**Your instructions:** Filter the lines below, copying only those with the string "more".

**Stored data:**
____

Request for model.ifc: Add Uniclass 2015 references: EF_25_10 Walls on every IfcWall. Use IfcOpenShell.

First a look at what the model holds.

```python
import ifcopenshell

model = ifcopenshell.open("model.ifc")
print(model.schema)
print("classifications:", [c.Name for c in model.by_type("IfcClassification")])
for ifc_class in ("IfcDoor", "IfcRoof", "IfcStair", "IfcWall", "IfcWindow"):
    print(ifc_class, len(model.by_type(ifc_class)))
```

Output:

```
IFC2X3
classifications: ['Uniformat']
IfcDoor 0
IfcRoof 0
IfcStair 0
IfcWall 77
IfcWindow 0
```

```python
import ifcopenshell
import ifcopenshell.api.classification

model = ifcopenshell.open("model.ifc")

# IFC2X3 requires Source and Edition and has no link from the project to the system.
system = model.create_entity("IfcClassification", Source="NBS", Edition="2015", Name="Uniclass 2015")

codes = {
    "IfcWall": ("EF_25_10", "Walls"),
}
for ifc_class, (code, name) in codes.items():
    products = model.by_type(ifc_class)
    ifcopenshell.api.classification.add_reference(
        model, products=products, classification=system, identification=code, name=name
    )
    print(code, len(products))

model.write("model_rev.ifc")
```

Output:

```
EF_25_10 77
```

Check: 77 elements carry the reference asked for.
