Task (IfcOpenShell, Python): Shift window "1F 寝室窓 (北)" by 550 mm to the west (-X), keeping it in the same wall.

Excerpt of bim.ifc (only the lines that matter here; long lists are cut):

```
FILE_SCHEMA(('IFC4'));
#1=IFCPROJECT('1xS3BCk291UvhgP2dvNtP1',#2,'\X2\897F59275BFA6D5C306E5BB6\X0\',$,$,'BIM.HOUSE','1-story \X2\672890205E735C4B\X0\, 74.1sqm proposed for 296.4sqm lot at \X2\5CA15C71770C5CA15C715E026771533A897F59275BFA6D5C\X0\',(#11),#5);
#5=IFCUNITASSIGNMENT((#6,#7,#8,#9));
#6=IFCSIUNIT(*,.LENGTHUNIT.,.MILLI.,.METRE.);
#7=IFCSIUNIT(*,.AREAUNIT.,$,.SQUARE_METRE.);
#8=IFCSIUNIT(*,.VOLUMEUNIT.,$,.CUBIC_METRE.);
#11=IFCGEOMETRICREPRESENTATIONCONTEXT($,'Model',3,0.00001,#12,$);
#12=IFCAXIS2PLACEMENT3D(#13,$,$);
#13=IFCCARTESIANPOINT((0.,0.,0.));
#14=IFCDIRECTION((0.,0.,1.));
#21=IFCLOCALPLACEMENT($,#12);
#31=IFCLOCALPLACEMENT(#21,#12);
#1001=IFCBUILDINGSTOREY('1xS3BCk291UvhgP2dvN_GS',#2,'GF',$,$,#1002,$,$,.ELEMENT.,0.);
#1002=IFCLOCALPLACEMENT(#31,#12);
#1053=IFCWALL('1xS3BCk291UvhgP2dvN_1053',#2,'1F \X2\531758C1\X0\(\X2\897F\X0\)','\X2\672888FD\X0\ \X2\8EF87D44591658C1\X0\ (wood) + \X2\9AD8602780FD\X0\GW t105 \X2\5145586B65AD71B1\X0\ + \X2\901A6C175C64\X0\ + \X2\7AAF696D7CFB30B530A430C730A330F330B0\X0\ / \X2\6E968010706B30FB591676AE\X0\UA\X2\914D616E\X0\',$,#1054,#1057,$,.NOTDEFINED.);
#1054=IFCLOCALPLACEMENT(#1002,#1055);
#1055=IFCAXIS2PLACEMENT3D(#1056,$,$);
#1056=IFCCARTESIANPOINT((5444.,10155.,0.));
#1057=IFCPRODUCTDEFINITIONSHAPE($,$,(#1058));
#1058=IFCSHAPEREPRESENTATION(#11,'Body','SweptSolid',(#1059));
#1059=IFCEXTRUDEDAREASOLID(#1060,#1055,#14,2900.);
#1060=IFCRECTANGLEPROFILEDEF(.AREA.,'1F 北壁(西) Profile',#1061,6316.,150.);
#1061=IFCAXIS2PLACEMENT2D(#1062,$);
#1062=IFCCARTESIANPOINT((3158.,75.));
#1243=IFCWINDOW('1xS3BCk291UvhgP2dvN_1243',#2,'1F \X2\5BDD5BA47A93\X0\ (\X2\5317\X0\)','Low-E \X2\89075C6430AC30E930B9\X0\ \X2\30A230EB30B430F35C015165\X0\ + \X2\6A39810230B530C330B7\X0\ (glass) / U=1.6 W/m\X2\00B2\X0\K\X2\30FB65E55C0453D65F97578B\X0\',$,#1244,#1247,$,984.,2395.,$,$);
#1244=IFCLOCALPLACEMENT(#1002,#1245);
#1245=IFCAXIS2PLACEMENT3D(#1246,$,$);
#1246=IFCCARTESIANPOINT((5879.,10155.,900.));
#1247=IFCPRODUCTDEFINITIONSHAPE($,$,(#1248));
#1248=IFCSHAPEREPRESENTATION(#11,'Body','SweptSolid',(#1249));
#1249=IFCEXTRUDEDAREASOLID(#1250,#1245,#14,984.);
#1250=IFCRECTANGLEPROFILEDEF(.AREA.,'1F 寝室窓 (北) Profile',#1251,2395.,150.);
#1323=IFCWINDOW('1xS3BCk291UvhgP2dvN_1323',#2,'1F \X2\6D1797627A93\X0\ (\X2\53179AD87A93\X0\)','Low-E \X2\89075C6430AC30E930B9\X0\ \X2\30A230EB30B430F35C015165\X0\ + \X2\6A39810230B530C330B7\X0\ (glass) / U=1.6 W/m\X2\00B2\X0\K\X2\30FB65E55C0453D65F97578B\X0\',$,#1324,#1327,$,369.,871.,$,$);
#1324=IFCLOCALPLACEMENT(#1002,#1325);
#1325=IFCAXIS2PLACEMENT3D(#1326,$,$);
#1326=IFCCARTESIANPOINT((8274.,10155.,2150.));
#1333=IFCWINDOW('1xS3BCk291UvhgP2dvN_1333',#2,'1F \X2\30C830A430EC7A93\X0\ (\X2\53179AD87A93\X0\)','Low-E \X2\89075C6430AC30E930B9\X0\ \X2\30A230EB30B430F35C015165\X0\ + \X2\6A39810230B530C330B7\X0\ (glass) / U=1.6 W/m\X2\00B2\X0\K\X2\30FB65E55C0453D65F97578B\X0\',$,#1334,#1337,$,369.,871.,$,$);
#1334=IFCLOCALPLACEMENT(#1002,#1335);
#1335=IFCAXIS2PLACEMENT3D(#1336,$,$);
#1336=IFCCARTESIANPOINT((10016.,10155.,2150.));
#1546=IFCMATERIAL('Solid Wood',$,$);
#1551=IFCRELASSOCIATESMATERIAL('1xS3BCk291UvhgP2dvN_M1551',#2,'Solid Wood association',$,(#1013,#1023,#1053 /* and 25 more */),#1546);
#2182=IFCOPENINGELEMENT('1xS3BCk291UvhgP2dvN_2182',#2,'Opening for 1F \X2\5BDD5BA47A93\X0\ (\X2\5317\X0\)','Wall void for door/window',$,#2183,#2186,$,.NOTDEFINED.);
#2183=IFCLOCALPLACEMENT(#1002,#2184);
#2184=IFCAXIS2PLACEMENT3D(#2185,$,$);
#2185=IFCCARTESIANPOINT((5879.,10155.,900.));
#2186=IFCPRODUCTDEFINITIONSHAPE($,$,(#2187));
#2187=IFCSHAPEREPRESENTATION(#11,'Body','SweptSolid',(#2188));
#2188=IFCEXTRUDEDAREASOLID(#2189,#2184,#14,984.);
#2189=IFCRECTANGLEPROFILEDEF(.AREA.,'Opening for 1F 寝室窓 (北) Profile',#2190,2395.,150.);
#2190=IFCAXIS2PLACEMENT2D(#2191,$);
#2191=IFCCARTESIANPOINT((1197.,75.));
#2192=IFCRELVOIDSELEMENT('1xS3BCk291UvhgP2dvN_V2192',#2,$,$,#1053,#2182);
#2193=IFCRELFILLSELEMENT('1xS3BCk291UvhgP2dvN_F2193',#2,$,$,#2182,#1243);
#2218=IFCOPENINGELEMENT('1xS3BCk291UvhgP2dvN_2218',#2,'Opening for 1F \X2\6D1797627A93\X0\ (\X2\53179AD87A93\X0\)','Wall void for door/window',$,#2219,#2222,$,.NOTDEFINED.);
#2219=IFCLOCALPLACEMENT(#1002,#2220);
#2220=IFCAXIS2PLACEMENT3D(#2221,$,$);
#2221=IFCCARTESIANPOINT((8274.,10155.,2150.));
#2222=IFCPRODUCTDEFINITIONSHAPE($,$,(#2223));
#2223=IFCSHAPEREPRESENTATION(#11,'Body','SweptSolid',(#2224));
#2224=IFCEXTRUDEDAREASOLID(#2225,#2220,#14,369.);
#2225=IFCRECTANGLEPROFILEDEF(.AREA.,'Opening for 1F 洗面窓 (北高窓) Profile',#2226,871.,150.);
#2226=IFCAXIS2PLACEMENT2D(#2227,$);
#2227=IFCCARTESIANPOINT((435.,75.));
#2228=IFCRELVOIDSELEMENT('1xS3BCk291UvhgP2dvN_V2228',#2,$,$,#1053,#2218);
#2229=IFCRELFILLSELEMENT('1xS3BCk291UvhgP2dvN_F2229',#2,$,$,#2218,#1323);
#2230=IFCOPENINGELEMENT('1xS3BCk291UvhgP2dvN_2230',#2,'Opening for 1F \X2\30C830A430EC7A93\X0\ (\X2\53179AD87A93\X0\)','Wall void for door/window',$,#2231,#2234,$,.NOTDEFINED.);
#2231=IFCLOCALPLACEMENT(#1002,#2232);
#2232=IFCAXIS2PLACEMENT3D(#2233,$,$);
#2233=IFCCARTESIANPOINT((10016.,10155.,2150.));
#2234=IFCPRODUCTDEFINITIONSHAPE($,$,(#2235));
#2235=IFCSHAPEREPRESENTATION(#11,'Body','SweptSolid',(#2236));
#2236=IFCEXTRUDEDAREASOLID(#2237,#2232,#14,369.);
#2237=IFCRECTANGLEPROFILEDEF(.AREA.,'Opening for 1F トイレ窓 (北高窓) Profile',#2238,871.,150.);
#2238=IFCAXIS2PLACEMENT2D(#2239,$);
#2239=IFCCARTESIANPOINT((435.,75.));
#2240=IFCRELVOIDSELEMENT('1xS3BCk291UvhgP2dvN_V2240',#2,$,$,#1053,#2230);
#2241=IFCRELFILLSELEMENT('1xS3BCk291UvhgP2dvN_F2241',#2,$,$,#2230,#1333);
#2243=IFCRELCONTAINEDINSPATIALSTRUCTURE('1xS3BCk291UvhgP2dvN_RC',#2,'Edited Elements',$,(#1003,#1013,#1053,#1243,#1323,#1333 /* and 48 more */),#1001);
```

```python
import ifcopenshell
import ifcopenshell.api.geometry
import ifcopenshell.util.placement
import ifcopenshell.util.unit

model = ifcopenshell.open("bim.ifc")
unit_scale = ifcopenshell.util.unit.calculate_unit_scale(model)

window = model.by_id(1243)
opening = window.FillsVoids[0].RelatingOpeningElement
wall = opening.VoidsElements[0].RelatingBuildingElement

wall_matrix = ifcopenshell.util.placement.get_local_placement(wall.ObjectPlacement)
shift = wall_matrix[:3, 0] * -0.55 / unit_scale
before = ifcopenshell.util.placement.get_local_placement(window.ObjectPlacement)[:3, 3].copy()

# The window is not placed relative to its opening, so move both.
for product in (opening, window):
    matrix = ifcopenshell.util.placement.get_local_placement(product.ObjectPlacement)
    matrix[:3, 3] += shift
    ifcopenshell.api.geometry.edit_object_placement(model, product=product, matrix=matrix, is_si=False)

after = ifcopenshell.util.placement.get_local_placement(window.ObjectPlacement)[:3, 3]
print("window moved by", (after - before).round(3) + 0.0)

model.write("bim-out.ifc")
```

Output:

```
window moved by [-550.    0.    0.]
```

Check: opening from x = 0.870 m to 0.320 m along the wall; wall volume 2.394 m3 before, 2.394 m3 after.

____

**Response area:**
#1551=IFCRELASSOCIATESMATERIAL('1xS3BCk291UvhgP2dvN_M1551',#2,'Solid Wood association',$,(#1013,#1023,#1053 /* and 25 more */),#1546);
#2243=IFCRELCONTAINEDINSPATIALSTRUCTURE('1xS3BCk291UvhgP2dvN_RC',#2,'Edited Elements',$,(#1003,#1013,#1053,#1243,#1323,#1333 /* and 48 more */),#1001);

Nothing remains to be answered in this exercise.